WHAT YOU HAVE TO DO →
Scan the entries below for the word "IFCLOCALPLACEMENT" and copy every line in which it occurs.

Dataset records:

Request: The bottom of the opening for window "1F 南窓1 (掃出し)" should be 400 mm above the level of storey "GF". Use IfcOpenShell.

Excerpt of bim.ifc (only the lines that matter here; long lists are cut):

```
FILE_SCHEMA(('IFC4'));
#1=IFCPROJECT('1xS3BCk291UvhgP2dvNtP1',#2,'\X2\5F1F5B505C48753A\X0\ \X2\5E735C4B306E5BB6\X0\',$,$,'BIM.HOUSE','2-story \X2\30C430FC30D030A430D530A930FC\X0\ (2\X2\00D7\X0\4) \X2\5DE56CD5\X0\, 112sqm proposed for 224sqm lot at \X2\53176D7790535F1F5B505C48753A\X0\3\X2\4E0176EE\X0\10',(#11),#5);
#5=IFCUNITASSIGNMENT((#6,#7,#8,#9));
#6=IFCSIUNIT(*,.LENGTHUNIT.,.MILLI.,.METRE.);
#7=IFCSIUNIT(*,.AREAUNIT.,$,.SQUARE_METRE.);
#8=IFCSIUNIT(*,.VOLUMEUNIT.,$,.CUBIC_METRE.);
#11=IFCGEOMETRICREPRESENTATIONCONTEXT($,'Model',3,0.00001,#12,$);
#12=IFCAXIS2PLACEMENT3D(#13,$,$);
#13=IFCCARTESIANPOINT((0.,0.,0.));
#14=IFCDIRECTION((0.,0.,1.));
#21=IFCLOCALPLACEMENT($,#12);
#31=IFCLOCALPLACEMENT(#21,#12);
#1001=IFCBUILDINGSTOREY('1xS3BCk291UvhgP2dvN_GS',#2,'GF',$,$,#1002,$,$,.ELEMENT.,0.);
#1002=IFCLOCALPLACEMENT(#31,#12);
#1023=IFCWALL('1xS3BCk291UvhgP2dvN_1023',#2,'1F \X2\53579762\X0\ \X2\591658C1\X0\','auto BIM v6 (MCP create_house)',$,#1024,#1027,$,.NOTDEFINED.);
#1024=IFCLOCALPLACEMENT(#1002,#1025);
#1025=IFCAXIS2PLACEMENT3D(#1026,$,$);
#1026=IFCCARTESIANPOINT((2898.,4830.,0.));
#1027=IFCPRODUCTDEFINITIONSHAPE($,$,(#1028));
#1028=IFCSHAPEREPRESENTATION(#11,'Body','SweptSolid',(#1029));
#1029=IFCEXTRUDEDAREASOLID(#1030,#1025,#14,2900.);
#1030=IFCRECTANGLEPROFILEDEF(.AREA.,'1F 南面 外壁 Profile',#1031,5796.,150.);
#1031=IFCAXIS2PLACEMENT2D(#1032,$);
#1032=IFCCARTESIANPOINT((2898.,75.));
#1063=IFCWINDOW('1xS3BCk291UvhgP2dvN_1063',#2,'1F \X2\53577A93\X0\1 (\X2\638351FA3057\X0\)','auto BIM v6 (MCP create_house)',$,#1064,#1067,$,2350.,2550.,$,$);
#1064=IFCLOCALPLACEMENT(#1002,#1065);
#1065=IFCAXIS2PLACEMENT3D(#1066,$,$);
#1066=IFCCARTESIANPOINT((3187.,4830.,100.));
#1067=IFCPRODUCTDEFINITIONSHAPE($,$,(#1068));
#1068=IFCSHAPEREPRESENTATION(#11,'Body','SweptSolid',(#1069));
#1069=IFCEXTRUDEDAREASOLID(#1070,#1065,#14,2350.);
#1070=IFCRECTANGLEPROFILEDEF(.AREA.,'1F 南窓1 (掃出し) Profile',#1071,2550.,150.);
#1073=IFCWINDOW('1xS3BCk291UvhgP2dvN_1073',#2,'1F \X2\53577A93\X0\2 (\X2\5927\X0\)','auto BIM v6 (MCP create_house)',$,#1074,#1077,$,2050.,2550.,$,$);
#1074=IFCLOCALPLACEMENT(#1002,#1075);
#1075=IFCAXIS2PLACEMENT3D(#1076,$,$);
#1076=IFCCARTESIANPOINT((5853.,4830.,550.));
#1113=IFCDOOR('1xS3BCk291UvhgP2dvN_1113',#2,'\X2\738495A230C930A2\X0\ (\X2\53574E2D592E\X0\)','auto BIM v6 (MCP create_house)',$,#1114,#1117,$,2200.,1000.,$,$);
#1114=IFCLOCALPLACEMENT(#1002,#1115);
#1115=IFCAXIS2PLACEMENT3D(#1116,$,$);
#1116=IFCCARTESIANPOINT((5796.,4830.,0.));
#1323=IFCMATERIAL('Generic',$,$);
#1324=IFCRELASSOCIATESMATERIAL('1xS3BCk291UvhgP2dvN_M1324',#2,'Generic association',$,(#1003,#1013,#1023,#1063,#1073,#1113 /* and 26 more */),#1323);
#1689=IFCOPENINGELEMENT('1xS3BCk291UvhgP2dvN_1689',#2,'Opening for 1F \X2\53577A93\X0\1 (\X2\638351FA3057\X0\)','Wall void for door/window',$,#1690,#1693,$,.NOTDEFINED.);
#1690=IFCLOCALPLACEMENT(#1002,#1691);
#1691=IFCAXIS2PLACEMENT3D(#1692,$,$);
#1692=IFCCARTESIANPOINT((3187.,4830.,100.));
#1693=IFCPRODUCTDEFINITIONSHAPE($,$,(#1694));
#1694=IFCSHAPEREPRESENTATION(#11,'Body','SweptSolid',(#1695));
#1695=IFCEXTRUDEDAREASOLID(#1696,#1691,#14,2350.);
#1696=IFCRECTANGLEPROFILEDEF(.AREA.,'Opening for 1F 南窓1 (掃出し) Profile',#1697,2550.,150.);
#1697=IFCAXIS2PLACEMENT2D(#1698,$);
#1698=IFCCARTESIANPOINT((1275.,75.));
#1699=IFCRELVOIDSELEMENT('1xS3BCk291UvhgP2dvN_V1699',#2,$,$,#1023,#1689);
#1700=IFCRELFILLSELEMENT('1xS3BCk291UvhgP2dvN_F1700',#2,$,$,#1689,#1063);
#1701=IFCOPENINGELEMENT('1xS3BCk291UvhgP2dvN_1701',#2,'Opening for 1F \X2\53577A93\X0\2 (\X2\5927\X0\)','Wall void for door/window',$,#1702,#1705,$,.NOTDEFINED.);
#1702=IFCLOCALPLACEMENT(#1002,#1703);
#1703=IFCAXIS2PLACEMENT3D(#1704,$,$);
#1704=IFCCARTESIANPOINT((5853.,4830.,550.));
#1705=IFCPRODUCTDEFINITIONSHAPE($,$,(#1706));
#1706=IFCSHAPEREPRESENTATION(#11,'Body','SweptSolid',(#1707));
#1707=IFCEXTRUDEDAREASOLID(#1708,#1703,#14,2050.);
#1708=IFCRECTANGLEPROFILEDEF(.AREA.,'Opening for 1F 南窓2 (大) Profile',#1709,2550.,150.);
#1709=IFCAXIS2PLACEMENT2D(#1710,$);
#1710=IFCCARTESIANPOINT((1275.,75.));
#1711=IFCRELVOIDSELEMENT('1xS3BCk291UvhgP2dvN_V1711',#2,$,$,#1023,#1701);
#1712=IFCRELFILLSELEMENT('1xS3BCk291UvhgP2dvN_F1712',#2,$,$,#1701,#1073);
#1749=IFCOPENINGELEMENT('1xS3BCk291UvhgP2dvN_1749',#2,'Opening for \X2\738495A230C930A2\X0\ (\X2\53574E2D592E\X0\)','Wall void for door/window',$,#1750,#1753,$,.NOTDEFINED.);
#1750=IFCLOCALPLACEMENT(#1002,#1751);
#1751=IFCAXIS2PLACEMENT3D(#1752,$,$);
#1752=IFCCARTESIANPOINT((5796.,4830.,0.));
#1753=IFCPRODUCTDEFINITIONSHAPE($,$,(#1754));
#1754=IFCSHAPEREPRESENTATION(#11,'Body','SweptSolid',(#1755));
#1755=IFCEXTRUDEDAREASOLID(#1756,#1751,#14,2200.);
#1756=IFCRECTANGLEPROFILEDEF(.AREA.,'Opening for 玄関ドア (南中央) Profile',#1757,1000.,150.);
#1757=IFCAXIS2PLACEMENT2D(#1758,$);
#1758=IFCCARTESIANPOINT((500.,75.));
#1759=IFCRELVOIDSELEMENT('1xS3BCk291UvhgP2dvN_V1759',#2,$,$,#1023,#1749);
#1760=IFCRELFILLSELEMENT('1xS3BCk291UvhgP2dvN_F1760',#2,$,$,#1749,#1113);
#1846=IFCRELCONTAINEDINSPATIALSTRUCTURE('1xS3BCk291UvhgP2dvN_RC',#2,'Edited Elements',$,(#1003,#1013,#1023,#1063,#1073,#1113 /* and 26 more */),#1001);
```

```python
import numpy as np
import ifcopenshell
import ifcopenshell.api.geometry
import ifcopenshell.geom
import ifcopenshell.util.element
import ifcopenshell.util.placement
import ifcopenshell.util.shape
import ifcopenshell.util.unit

model = ifcopenshell.open("bim.ifc")
unit_scale = ifcopenshell.util.unit.calculate_unit_scale(model)

window = model.by_id(1063)
opening = window.FillsVoids[0].RelatingOpeningElement
storey = ifcopenshell.util.element.get_container(window, ifc_class="IfcBuildingStorey")
level = ifcopenshell.util.placement.get_local_placement(storey.ObjectPlacement)[2, 3]

# The opening's origin need not be at the sill, so measure its lowest point.
shape = ifcopenshell.geom.create_shape(ifcopenshell.geom.settings(), opening)
bottom = ifcopenshell.util.shape.get_shape_bottom_elevation(shape, shape.geometry) / unit_scale
dz = level + 400.0 - bottom

shift = np.array([0.0, 0.0, dz])
# The window is not placed relative to its opening, so move both.
for product in (opening, window):
    matrix = ifcopenshell.util.placement.get_local_placement(product.ObjectPlacement)
    matrix[:3, 3] += shift
    ifcopenshell.api.geometry.edit_object_placement(model, product=product, matrix=matrix, is_si=False)

print(f"moved by {dz * unit_scale:+.3f} m")

model.write("bim_rev.ifc")
```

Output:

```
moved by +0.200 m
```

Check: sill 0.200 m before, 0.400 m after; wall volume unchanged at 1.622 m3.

SOLUTION TO THIS TASK →
#21=IFCLOCALPLACEMENT($,#12);
#31=IFCLOCALPLACEMENT(#21,#12);
#1002=IFCLOCALPLACEMENT(#31,#12);
#1024=IFCLOCALPLACEMENT(#1002,#1025);
#1064=IFCLOCALPLACEMENT(#1002,#1065);
#1074=IFCLOCALPLACEMENT(#1002,#1075);
#1114=IFCLOCALPLACEMENT(#1002,#1115);
#1690=IFCLOCALPLACEMENT(#1002,#1691);
#1702=IFCLOCALPLACEMENT(#1002,#1703);
#1750=IFCLOCALPLACEMENT(#1002,#1751);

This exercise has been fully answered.